A few additional things I’ve noticed in adding these metrics:
- Documentation says that AMD processor has 6 performance counters. However, somehow when I set up and read six counters as a group, the sixth one reads as 0. This is why I added a second multi-plex block to read this. This also gives me an opportunity to read additional top-down metrics (e.g. another four topdown related counters for both AMD and Intel) or if I decide to cross-compare Intel/AMD by dividing up SMT-contention then I remove it
- The Intel processor is a “hybrid” processor with both performance and efficiency cores. As best I can tell, I only seem to be reading from the performance cores.
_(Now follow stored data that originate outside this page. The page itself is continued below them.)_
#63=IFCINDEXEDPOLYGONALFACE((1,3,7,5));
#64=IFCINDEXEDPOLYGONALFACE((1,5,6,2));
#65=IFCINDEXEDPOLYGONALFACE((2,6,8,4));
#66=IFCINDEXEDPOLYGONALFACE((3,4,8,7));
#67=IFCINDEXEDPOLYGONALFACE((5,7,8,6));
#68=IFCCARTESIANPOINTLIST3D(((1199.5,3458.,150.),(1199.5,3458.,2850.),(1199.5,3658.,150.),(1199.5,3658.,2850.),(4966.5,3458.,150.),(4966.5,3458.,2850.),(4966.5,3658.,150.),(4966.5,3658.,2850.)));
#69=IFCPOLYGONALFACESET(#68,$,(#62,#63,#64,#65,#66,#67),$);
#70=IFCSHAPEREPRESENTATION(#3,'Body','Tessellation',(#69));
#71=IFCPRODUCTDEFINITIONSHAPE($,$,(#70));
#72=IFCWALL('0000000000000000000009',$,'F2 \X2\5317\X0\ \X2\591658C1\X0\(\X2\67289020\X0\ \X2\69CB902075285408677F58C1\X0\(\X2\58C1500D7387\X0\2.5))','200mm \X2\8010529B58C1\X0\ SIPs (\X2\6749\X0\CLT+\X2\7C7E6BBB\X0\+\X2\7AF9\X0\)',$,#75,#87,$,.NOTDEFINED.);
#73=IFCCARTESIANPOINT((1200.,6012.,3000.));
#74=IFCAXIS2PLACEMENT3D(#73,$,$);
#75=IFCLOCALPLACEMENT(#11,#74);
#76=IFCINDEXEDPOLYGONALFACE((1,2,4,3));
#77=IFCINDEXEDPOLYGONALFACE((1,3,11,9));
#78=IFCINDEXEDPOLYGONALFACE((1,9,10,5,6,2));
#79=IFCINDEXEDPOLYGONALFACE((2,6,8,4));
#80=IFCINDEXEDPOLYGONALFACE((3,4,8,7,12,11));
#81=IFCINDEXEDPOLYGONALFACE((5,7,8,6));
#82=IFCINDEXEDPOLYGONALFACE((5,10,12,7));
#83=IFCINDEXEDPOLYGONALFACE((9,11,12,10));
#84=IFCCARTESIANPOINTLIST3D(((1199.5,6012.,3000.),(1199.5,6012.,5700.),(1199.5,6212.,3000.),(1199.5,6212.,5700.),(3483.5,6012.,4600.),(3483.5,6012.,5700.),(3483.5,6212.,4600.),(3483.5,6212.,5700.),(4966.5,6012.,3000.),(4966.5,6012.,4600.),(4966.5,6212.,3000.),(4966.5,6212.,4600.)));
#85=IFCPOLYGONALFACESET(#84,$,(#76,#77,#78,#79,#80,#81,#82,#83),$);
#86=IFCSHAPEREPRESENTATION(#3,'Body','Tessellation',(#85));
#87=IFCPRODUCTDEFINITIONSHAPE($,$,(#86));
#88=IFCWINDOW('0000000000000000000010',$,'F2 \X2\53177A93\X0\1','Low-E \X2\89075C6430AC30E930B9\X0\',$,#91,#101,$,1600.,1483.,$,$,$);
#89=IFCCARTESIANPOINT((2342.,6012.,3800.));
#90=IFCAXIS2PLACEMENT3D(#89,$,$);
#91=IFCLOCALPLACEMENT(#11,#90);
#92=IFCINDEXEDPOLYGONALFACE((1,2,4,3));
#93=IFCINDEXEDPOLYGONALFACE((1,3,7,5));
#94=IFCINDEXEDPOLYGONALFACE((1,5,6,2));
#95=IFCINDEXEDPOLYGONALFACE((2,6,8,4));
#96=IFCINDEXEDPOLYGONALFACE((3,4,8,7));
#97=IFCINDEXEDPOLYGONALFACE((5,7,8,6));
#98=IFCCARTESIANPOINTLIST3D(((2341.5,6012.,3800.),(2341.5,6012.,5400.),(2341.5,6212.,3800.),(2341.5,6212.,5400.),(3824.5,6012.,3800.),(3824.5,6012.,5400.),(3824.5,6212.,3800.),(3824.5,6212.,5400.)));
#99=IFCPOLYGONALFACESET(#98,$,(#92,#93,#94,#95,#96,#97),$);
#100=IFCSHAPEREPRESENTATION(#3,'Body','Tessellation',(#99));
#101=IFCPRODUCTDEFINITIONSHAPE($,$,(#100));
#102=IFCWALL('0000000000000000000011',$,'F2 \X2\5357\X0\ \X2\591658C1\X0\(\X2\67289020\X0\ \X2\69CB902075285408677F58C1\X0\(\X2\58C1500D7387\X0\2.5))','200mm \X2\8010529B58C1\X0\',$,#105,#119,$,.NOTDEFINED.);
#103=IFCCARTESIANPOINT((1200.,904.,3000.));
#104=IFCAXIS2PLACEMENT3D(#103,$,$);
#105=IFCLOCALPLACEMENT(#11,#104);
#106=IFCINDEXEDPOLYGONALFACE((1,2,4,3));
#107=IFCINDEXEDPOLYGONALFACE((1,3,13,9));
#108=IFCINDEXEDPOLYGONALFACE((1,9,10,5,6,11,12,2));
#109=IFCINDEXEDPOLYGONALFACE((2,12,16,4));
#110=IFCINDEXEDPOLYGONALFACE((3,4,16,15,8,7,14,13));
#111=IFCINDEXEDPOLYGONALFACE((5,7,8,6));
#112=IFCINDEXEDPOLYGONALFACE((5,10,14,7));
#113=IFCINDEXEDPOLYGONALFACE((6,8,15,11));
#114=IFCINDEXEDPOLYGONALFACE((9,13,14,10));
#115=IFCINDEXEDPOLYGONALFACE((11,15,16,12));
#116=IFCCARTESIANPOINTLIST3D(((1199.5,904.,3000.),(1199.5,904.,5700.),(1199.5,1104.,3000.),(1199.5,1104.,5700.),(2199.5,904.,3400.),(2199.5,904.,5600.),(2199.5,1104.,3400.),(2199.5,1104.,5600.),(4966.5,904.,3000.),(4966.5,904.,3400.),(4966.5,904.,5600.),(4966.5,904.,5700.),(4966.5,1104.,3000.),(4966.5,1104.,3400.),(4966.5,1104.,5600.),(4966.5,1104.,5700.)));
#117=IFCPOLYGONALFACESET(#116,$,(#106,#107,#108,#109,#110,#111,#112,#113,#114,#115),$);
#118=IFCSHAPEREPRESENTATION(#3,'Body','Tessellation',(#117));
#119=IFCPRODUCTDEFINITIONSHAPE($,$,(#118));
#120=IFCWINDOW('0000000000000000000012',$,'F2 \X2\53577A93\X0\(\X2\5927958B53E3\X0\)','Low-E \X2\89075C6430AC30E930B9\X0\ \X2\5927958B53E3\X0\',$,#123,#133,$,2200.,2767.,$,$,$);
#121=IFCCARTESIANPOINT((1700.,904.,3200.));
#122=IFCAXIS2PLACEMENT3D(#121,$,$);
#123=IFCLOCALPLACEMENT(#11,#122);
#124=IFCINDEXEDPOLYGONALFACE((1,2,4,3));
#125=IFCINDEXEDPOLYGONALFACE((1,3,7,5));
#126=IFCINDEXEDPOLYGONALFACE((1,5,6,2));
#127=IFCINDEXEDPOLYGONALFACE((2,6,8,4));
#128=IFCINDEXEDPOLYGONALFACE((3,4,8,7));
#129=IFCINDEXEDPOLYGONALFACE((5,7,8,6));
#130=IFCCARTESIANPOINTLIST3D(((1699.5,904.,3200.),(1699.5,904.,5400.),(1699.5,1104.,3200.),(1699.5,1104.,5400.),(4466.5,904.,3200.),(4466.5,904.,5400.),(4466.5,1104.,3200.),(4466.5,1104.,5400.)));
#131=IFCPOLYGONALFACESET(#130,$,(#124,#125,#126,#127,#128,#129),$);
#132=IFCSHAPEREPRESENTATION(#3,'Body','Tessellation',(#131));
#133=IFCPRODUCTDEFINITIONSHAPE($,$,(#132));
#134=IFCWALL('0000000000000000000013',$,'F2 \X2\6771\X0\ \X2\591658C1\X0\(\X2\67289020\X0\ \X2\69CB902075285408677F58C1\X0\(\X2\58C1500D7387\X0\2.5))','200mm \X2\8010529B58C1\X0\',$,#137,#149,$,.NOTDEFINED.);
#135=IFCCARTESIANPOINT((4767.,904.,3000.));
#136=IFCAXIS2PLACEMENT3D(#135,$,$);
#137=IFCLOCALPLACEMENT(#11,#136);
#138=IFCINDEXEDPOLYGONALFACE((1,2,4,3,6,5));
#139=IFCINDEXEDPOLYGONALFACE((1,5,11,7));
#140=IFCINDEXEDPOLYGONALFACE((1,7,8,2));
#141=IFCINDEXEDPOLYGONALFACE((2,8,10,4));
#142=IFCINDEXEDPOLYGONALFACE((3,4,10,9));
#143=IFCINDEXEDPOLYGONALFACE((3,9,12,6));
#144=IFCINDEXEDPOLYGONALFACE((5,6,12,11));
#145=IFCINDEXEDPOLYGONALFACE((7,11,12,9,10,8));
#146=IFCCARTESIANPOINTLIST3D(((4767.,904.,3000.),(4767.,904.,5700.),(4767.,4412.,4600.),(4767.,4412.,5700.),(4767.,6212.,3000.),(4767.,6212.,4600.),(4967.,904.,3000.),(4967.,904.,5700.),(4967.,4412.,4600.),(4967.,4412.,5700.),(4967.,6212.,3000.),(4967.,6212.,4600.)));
Attempts to read partial results elsewhere gives me bad reads.
Now that I have a basic top-down tool running there are several areas I consider enhancing the tool further for additional experiments before using it to measure various workloads
- I can look at additional collections of counters, e.g. going deeper in top-down metrics or looking at specialized studies for different parts of the microarchitecture, e.g. caches, TLBs, uop-cache, etc.
- I would like to look at CSV output to make it easier to export key metrics to a table, e.g. so they can be compared with other tools
- I would like to look at creating periodic output, e.g. combined with CSV output this can let me see how metrics vary as the program runs
I expect I can work with both the tool and the workload analysis – to work with both together as I look at some performance studies.